Powered by some great Go technology:

Things that have been said in Helm land

"Finally!!"

"ChartMuseum is awesome"

"This is awesome!"

"Oh yes!!!! I’ve been waiting for this for so long. Makes life much easier, especially for the index.yaml creation!"

"I was thinking about writing one of these up myself. This is perfect! thanks!"

"I am jumping for joy over ChartMuseum, a full-fledged Helm repository server with upload!"

"This is really cool ... We currently have a process that generates the index file and then uploads, so this is nice"

"Really a good idea ... really really great, thanks again. I can use nginx to hold the repos and the museum to add/delete the chart. That's a whole life cycle management of chart with the current helm"

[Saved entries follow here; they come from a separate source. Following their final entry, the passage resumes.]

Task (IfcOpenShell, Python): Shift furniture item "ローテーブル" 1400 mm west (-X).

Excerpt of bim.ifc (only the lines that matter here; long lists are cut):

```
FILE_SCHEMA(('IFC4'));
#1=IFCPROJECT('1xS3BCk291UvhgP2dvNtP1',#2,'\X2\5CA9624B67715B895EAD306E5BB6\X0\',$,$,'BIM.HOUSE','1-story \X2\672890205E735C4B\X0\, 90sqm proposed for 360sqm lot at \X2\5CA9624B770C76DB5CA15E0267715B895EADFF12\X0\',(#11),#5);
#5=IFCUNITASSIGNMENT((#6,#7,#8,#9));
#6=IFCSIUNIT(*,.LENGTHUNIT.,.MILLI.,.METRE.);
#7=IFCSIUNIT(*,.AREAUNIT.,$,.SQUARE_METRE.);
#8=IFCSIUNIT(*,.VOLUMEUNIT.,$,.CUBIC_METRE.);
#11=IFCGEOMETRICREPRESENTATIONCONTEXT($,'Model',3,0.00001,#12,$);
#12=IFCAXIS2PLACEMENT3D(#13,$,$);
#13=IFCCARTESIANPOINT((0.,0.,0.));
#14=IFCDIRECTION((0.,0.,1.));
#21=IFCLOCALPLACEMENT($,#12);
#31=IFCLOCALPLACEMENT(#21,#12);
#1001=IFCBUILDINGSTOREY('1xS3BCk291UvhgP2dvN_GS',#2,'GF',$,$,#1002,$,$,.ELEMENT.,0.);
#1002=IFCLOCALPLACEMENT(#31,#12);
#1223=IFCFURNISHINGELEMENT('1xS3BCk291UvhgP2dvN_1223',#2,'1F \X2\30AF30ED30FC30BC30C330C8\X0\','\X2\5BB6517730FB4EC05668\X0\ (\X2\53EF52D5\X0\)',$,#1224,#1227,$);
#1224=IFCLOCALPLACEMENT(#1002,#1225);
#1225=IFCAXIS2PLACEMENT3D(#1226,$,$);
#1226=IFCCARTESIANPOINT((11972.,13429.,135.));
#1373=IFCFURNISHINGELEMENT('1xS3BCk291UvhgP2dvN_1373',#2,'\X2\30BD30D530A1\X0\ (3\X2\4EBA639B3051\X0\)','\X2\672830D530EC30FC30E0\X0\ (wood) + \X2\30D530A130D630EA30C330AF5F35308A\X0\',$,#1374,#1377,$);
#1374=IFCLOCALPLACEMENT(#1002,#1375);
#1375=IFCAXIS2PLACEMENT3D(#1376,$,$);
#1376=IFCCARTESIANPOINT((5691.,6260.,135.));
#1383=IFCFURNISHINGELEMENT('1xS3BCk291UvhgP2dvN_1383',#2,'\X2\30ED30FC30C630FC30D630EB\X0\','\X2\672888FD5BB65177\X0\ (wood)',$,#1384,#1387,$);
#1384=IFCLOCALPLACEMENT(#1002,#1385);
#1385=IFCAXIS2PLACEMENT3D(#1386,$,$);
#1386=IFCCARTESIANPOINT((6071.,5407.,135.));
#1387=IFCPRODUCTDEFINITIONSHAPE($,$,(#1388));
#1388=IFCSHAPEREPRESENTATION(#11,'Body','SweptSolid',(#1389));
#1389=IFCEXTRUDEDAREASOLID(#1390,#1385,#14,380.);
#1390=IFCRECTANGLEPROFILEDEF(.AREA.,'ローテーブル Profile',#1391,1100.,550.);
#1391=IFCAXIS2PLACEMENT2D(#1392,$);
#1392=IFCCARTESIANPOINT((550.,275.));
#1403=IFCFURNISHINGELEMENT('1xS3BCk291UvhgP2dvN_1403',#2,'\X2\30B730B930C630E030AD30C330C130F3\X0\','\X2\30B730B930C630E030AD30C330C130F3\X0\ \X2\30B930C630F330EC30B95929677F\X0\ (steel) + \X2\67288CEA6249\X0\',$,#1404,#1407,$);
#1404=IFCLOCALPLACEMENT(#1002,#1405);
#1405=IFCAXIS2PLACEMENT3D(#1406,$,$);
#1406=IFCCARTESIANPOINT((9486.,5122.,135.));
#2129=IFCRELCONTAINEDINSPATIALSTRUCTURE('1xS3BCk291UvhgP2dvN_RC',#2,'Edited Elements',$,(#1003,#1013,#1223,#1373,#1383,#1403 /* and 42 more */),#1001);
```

```python
import ifcopenshell
import ifcopenshell.api.geometry
import ifcopenshell.util.placement
import ifcopenshell.util.unit

model = ifcopenshell.open("bim.ifc")
unit_scale = ifcopenshell.util.unit.calculate_unit_scale(model)

item = model.by_id(1383)
matrix = ifcopenshell.util.placement.get_local_placement(item.ObjectPlacement)
matrix[0, 3] -= 1.4 / unit_scale
ifcopenshell.api.geometry.edit_object_placement(model, product=item, matrix=matrix, is_si=False)

print(ifcopenshell.util.placement.get_local_placement(item.ObjectPlacement).round(3) + 0.0)

model.write("bim_updated.ifc")
```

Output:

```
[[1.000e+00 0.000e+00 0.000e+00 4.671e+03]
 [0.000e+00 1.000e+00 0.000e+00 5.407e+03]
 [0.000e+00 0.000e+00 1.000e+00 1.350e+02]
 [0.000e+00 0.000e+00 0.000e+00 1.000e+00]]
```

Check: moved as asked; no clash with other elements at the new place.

"thanks for building the museum!"

API

Helm Chart Repository

  • GET /index.yaml - retrieved when you run helm repo add chartmuseum http://localhost:8080/
  • GET /charts/mychart-0.1.0.tgz - retrieved when you run helm install chartmuseum/mychart
  • GET /charts/mychart-0.1.0.tgz.prov - retrieved when you run helm install with the --verify flag

Chart Manipulation

  • POST /api/charts - upload a new chart version
  • POST /api/prov - upload a new provenance file
  • DELETE /api/charts/<name>/<version> - delete a chart version (and corresponding provenance file)
  • GET /api/charts - list all charts
  • GET /api/charts/<name> - list all versions of a chart
  • GET /api/charts/<name>/<version> - describe a chart version

Server Info

  • GET / - HTML welcome page
  • GET /health - returns 200 OK

Uploading a Chart Package

Follow "How to Run" section below to get ChartMuseum up and running at http://localhost:8080

First create mychart-0.1.0.tgz using the Helm CLI:

cd mychart/
helm package .

Upload mychart-0.1.0.tgz:

curl --data-binary "@mychart-0.1.0.tgz" http://localhost:8080/api/charts

If you've signed your package and generated a provenance file, upload it with:

curl --data-binary "@mychart-0.1.0.tgz.prov" http://localhost:8080/api/prov

Both files can also be uploaded at once (or one at a time) on the /api/charts route using the multipart/form-data format:

curl -F "chart=@mychart-0.1.0.tgz" -F "prov=@mychart-0.1.0.tgz.prov" http://localhost:8080/api/charts

You can also use the helm-push plugin:

helm push mychart/ chartmuseum

Installing Charts into Kubernetes

Add the URL to your ChartMuseum installation to the local repository list:

helm repo add chartmuseum http://localhost:8080

Search for charts:

helm search chartmuseum/

Install chart:

helm install chartmuseum/mychart

How to Run

CLI

Installation

Install the binary:

# on Linux
curl -LO https://s3.amazonaws.com/chartmuseum/release/latest/bin/linux/amd64/chartmuseum

# on macOS
curl -LO https://s3.amazonaws.com/chartmuseum/release/latest/bin/darwin/amd64/chartmuseum

# on Windows
curl -LO https://s3.amazonaws.com/chartmuseum/release/latest/bin/windows/amd64/chartmuseum

chmod +x ./chartmuseum
mv ./chartmuseum /usr/local/bin

Using latest in URLs above will get the latest binary (built from master branch).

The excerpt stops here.